> Extracted records:
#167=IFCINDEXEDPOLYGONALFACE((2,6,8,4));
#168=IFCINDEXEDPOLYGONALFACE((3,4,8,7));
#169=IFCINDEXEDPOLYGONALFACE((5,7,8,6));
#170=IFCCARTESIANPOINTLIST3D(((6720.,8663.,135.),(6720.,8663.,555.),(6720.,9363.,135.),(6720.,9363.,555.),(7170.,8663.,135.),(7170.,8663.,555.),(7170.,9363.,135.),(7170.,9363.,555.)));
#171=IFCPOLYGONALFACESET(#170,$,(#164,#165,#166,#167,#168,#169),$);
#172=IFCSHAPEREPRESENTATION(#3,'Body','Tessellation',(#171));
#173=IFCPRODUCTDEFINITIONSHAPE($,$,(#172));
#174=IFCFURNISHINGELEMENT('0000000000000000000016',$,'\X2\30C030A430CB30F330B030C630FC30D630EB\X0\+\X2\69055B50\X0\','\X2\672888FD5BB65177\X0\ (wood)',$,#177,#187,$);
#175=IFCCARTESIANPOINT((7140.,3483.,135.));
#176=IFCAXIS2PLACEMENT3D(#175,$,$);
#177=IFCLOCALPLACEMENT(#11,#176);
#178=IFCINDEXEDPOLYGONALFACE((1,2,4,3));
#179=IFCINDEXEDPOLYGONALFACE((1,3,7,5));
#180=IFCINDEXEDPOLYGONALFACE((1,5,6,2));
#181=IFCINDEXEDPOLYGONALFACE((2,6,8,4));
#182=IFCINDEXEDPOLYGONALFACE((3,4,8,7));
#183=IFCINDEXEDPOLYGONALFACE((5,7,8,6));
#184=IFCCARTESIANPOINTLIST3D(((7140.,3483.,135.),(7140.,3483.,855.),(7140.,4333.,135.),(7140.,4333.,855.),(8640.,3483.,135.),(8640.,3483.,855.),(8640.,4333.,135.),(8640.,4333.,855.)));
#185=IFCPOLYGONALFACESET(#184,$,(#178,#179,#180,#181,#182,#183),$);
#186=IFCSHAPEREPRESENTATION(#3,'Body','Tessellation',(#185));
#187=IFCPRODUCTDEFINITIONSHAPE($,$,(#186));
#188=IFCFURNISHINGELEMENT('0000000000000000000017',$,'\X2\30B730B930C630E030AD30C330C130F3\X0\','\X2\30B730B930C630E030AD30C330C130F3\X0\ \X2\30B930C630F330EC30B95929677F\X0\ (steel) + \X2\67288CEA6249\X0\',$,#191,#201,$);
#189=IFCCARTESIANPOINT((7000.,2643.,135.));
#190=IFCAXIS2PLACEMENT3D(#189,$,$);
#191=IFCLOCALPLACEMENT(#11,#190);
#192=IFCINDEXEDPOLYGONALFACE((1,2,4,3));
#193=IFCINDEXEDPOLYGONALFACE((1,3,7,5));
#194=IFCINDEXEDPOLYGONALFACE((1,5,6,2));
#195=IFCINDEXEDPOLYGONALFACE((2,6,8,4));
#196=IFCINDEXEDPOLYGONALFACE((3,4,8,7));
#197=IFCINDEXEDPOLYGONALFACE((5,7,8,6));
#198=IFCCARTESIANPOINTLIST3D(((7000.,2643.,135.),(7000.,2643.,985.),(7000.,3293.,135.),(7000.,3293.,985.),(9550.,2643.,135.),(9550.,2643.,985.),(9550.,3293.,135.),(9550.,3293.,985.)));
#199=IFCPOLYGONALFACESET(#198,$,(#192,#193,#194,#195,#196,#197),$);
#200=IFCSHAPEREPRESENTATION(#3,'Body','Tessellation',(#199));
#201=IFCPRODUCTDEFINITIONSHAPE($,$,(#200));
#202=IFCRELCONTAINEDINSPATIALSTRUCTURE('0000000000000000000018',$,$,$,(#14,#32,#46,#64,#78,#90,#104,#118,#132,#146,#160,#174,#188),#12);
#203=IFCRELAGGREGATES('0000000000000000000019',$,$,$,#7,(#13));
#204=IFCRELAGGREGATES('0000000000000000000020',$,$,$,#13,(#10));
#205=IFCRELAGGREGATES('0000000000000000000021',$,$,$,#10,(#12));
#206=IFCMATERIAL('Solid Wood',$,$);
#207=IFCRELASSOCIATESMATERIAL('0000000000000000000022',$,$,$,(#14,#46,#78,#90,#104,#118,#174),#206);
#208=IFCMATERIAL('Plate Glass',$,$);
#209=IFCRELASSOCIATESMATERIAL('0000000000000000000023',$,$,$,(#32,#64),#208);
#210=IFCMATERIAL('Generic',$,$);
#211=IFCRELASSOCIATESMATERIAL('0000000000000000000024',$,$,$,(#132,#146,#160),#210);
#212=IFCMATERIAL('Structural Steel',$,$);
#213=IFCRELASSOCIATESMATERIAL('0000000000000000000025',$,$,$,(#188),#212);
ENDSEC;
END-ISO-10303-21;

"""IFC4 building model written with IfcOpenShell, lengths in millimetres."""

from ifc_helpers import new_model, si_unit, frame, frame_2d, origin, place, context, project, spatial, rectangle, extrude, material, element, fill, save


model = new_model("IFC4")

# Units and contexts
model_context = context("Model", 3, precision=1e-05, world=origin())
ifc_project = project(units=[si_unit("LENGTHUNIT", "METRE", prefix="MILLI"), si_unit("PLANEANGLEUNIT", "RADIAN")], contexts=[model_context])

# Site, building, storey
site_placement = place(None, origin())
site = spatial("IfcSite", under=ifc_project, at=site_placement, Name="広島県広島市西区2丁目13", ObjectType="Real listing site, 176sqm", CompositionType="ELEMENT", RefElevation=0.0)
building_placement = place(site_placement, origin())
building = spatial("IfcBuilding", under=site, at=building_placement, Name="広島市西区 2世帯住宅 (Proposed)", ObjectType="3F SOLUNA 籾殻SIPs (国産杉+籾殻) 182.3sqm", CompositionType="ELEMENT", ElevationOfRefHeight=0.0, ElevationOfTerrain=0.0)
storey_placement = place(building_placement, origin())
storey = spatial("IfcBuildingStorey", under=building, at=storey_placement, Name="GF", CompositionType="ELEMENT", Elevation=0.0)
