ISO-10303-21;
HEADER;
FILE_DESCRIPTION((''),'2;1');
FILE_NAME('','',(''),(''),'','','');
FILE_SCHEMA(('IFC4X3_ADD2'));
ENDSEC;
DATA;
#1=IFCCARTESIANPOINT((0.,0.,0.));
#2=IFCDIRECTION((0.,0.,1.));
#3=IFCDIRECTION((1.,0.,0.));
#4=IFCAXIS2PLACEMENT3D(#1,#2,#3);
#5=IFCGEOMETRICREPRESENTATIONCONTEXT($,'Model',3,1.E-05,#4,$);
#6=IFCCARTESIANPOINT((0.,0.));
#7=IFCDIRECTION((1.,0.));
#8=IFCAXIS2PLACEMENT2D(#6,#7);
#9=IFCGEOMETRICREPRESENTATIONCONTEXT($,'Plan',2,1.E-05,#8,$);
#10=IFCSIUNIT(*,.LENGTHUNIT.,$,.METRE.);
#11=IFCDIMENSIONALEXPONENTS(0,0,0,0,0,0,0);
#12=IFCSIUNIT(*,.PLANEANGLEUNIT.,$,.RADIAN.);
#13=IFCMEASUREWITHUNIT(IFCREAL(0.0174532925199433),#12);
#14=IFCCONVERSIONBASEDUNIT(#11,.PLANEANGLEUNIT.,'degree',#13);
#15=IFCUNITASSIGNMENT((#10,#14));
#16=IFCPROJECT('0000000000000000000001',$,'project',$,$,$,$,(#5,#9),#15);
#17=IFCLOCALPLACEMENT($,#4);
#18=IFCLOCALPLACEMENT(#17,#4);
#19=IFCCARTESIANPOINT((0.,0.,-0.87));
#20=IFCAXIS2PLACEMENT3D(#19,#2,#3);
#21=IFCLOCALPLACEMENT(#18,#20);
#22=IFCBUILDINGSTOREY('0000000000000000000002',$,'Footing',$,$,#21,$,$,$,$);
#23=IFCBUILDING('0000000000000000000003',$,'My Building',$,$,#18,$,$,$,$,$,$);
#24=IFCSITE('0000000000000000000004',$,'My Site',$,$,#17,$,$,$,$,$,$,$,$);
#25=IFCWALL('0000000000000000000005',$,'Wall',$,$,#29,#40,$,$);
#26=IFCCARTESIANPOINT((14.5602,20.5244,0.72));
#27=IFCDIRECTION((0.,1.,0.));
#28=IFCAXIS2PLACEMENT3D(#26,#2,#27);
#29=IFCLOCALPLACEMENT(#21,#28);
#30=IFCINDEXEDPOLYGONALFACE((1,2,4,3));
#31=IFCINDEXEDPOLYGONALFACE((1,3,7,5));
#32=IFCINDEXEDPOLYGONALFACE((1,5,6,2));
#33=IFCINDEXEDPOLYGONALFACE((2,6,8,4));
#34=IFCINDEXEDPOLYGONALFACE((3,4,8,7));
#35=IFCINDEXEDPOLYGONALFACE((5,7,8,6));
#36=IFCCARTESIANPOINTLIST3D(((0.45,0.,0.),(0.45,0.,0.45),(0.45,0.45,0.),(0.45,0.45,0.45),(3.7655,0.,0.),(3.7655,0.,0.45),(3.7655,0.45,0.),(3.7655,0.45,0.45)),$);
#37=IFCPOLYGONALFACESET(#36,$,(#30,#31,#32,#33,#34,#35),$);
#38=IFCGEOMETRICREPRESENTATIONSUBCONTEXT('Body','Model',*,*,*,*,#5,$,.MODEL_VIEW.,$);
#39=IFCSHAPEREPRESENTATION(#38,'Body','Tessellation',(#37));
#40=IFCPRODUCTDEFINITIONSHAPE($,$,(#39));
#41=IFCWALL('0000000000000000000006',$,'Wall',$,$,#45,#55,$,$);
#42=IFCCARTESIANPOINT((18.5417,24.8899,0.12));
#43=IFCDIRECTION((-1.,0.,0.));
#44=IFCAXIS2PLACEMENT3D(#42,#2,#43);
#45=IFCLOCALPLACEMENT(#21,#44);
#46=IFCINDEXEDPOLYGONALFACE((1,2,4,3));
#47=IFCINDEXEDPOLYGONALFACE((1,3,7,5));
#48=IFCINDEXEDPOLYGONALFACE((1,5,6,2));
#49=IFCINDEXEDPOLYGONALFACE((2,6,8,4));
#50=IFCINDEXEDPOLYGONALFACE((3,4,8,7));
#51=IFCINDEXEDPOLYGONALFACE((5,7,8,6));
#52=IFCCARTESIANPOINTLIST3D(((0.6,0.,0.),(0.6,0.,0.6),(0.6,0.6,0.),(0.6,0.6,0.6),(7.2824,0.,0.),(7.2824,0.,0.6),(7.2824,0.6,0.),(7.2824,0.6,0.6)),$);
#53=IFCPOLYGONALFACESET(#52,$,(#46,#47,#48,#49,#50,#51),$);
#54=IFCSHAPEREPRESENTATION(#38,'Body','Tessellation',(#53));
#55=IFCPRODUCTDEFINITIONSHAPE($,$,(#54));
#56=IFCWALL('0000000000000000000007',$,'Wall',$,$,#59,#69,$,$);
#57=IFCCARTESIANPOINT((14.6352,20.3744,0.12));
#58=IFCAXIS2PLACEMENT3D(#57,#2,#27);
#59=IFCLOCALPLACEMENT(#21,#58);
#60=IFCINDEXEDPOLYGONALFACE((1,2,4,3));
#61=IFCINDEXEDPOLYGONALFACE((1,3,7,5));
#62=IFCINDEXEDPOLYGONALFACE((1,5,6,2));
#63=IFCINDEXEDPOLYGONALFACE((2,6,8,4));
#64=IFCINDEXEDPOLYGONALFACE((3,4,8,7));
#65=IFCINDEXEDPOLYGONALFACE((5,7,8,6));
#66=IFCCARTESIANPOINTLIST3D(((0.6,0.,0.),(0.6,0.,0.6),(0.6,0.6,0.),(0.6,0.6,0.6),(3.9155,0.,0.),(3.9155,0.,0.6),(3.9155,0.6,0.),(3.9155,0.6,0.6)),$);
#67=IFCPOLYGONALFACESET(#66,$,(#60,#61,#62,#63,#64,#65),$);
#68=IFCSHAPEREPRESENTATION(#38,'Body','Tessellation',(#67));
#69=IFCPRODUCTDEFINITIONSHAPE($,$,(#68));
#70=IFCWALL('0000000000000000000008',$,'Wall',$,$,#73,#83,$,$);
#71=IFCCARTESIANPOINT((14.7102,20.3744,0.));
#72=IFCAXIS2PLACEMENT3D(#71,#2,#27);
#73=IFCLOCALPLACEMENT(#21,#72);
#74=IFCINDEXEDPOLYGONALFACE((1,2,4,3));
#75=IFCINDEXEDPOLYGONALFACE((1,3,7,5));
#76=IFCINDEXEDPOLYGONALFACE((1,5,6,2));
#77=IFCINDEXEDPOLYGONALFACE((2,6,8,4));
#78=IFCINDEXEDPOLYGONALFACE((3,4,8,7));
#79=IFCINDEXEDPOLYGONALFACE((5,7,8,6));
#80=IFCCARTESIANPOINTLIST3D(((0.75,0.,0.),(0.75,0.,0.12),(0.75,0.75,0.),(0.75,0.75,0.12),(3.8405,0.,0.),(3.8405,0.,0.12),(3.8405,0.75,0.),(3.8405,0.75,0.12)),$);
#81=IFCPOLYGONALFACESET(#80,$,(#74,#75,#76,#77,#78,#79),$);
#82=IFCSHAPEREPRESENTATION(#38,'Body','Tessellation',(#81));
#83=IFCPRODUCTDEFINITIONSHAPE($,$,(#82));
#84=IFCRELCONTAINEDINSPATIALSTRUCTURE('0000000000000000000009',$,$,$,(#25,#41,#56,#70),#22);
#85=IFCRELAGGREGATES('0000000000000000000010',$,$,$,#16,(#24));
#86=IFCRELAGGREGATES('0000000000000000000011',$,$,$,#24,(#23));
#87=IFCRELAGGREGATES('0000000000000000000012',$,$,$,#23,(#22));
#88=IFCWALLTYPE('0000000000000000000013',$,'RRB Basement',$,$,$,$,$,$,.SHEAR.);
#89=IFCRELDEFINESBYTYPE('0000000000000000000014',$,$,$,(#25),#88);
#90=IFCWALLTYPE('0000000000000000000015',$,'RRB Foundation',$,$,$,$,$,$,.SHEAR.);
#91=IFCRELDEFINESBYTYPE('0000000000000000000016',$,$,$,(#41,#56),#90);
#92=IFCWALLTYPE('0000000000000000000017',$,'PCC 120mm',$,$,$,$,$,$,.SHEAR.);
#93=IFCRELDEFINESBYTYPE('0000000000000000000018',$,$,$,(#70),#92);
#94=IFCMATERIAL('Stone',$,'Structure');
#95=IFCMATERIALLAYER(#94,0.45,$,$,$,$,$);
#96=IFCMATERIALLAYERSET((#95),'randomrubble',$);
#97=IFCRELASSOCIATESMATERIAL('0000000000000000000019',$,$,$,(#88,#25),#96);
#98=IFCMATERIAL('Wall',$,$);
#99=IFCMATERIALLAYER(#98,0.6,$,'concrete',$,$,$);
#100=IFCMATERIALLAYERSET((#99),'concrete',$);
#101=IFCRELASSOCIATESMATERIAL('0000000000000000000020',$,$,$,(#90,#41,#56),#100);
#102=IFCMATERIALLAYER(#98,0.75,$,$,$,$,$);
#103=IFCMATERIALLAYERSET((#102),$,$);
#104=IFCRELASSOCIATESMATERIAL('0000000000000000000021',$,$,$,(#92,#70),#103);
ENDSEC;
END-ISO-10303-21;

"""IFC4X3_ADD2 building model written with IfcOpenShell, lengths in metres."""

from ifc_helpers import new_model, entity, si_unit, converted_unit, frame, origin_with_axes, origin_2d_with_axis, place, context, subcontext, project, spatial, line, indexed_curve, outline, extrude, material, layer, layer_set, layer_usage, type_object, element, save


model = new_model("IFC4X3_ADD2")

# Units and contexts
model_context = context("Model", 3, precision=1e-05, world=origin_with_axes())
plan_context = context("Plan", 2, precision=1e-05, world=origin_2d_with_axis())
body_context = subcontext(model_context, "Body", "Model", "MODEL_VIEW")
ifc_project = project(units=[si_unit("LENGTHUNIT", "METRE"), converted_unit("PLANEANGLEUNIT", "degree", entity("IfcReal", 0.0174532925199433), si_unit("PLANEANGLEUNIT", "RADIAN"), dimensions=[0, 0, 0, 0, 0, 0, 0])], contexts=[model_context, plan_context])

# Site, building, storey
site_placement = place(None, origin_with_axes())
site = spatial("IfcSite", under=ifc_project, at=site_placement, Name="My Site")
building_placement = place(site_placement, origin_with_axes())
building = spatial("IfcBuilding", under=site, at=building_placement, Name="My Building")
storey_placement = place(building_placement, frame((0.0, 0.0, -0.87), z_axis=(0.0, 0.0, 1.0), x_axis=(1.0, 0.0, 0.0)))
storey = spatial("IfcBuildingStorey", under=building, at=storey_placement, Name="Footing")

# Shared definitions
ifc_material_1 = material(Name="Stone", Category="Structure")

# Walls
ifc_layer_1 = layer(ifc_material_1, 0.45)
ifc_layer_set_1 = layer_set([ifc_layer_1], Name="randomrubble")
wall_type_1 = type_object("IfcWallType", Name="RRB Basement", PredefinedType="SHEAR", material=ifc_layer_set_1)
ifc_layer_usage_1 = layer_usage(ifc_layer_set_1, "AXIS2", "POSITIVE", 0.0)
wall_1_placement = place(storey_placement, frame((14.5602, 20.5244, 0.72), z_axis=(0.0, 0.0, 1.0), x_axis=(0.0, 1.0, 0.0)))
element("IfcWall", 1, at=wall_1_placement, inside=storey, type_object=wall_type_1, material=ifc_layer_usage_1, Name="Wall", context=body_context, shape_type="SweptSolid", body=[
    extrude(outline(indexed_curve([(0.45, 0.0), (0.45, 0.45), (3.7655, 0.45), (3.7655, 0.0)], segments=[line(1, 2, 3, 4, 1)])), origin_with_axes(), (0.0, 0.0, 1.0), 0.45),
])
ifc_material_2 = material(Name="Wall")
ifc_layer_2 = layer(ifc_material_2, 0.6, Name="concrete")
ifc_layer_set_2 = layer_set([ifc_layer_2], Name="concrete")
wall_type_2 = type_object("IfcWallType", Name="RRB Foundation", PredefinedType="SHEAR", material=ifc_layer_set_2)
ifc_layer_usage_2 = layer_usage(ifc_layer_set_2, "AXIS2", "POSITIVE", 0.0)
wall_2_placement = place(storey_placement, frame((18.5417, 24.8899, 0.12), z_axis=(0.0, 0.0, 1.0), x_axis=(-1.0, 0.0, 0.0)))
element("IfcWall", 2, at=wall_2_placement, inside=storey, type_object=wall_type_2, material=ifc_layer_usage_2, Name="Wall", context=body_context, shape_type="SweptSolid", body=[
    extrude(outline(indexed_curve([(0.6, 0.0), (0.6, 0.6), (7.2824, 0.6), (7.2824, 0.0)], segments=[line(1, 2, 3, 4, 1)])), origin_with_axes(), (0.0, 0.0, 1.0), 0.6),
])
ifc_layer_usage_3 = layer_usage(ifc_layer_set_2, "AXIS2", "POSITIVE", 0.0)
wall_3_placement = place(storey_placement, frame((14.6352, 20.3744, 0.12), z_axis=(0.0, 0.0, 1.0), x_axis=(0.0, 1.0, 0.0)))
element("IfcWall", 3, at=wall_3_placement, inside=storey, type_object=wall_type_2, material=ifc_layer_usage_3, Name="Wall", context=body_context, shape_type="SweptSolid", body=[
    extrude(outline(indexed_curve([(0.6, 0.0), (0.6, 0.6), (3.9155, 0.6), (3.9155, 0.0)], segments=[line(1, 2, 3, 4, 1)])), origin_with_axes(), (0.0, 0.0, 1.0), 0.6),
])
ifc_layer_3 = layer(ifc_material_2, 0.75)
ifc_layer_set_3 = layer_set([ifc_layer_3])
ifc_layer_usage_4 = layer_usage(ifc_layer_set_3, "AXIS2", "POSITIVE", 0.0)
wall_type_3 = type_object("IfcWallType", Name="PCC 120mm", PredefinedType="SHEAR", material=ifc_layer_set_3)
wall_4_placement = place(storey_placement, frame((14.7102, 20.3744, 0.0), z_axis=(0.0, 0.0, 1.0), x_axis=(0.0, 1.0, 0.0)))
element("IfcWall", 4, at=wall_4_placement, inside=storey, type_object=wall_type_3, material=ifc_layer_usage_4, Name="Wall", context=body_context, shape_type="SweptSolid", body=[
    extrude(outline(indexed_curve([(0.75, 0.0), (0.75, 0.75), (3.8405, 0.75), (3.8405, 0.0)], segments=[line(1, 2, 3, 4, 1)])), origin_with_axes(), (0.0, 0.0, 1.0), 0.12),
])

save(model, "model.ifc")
* * *
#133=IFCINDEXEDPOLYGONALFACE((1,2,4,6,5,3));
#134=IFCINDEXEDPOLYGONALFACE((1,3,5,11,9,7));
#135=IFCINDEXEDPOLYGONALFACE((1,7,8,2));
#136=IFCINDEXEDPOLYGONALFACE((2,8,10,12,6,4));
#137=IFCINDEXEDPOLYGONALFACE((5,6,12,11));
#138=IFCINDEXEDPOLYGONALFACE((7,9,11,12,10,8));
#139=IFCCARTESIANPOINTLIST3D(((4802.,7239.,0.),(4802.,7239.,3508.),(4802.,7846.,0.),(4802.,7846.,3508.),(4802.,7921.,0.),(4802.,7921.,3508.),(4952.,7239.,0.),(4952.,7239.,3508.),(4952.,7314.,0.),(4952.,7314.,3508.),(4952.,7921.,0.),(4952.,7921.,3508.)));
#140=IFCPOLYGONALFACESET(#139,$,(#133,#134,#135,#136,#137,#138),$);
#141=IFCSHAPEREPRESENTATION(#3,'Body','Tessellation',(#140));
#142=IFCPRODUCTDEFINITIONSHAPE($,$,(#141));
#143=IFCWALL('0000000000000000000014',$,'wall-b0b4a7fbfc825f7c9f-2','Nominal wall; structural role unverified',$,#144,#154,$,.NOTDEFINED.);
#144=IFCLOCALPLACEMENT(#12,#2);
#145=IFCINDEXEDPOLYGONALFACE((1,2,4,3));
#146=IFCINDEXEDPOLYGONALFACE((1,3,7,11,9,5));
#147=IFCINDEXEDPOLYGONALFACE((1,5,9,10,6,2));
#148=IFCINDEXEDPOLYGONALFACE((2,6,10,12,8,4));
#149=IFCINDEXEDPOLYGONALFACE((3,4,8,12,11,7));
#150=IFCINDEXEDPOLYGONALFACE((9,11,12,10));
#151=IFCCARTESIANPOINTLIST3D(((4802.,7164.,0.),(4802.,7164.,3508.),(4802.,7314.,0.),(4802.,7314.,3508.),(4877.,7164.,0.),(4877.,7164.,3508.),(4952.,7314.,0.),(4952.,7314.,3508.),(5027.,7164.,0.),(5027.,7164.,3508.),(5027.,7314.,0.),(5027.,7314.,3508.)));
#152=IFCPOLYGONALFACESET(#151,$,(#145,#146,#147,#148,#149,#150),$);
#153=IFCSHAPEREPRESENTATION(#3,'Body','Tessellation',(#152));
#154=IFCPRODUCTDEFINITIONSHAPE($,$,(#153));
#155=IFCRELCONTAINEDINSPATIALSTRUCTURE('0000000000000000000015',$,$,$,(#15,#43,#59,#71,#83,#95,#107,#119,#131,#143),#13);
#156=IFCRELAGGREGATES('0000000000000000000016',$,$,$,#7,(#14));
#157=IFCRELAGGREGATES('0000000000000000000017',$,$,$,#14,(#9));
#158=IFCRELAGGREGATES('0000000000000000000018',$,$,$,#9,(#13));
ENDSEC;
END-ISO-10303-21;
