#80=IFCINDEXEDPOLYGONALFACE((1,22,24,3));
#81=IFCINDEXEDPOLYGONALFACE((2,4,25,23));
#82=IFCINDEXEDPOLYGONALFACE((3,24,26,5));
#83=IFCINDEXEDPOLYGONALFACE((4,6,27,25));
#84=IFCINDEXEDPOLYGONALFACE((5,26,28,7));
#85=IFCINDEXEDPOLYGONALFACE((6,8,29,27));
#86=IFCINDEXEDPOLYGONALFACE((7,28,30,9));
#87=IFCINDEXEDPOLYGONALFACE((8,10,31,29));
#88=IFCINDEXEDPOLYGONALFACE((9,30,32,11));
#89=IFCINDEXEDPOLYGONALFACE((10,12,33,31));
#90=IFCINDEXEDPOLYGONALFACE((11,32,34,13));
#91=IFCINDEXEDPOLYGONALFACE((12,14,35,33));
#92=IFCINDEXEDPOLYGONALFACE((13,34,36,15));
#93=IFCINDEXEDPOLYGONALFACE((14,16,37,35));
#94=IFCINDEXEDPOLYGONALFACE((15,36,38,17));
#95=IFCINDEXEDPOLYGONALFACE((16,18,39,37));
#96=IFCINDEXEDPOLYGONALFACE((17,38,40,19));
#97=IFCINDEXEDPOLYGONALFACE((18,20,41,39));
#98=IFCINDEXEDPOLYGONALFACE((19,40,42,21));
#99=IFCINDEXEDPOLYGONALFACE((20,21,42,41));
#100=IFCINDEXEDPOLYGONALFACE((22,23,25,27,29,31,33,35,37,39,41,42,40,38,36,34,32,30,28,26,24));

> WHAT THIS TASK INVOLVES:
Each line in the entries above, starting at the line with "#167=IFCINDEXEDPOLYGONALFACE((2,6,8,4));" and ending at the line with "#194=IFCINDEXEDPOLYGONALFACE((1,5,6,2));", is to be printed exactly, and only those lines.

> TASK OUTPUT:
#167=IFCINDEXEDPOLYGONALFACE((2,6,8,4));
#168=IFCINDEXEDPOLYGONALFACE((3,4,8,7));
#169=IFCINDEXEDPOLYGONALFACE((5,7,8,6));
#170=IFCCARTESIANPOINTLIST3D(((6720.,8663.,135.),(6720.,8663.,555.),(6720.,9363.,135.),(6720.,9363.,555.),(7170.,8663.,135.),(7170.,8663.,555.),(7170.,9363.,135.),(7170.,9363.,555.)));
#171=IFCPOLYGONALFACESET(#170,$,(#164,#165,#166,#167,#168,#169),$);
#172=IFCSHAPEREPRESENTATION(#3,'Body','Tessellation',(#171));
#173=IFCPRODUCTDEFINITIONSHAPE($,$,(#172));
#174=IFCFURNISHINGELEMENT('0000000000000000000016',$,'\X2\30C030A430CB30F330B030C630FC30D630EB\X0\+\X2\69055B50\X0\','\X2\672888FD5BB65177\X0\ (wood)',$,#177,#187,$);
#175=IFCCARTESIANPOINT((7140.,3483.,135.));
#176=IFCAXIS2PLACEMENT3D(#175,$,$);
#177=IFCLOCALPLACEMENT(#11,#176);
#178=IFCINDEXEDPOLYGONALFACE((1,2,4,3));
#179=IFCINDEXEDPOLYGONALFACE((1,3,7,5));
#180=IFCINDEXEDPOLYGONALFACE((1,5,6,2));
#181=IFCINDEXEDPOLYGONALFACE((2,6,8,4));
#182=IFCINDEXEDPOLYGONALFACE((3,4,8,7));
#183=IFCINDEXEDPOLYGONALFACE((5,7,8,6));
#184=IFCCARTESIANPOINTLIST3D(((7140.,3483.,135.),(7140.,3483.,855.),(7140.,4333.,135.),(7140.,4333.,855.),(8640.,3483.,135.),(8640.,3483.,855.),(8640.,4333.,135.),(8640.,4333.,855.)));
#185=IFCPOLYGONALFACESET(#184,$,(#178,#179,#180,#181,#182,#183),$);
#186=IFCSHAPEREPRESENTATION(#3,'Body','Tessellation',(#185));
#187=IFCPRODUCTDEFINITIONSHAPE($,$,(#186));
#188=IFCFURNISHINGELEMENT('0000000000000000000017',$,'\X2\30B730B930C630E030AD30C330C130F3\X0\','\X2\30B730B930C630E030AD30C330C130F3\X0\ \X2\30B930C630F330EC30B95929677F\X0\ (steel) + \X2\67288CEA6249\X0\',$,#191,#201,$);
#189=IFCCARTESIANPOINT((7000.,2643.,135.));
#190=IFCAXIS2PLACEMENT3D(#189,$,$);
#191=IFCLOCALPLACEMENT(#11,#190);
#192=IFCINDEXEDPOLYGONALFACE((1,2,4,3));
#193=IFCINDEXEDPOLYGONALFACE((1,3,7,5));
#194=IFCINDEXEDPOLYGONALFACE((1,5,6,2));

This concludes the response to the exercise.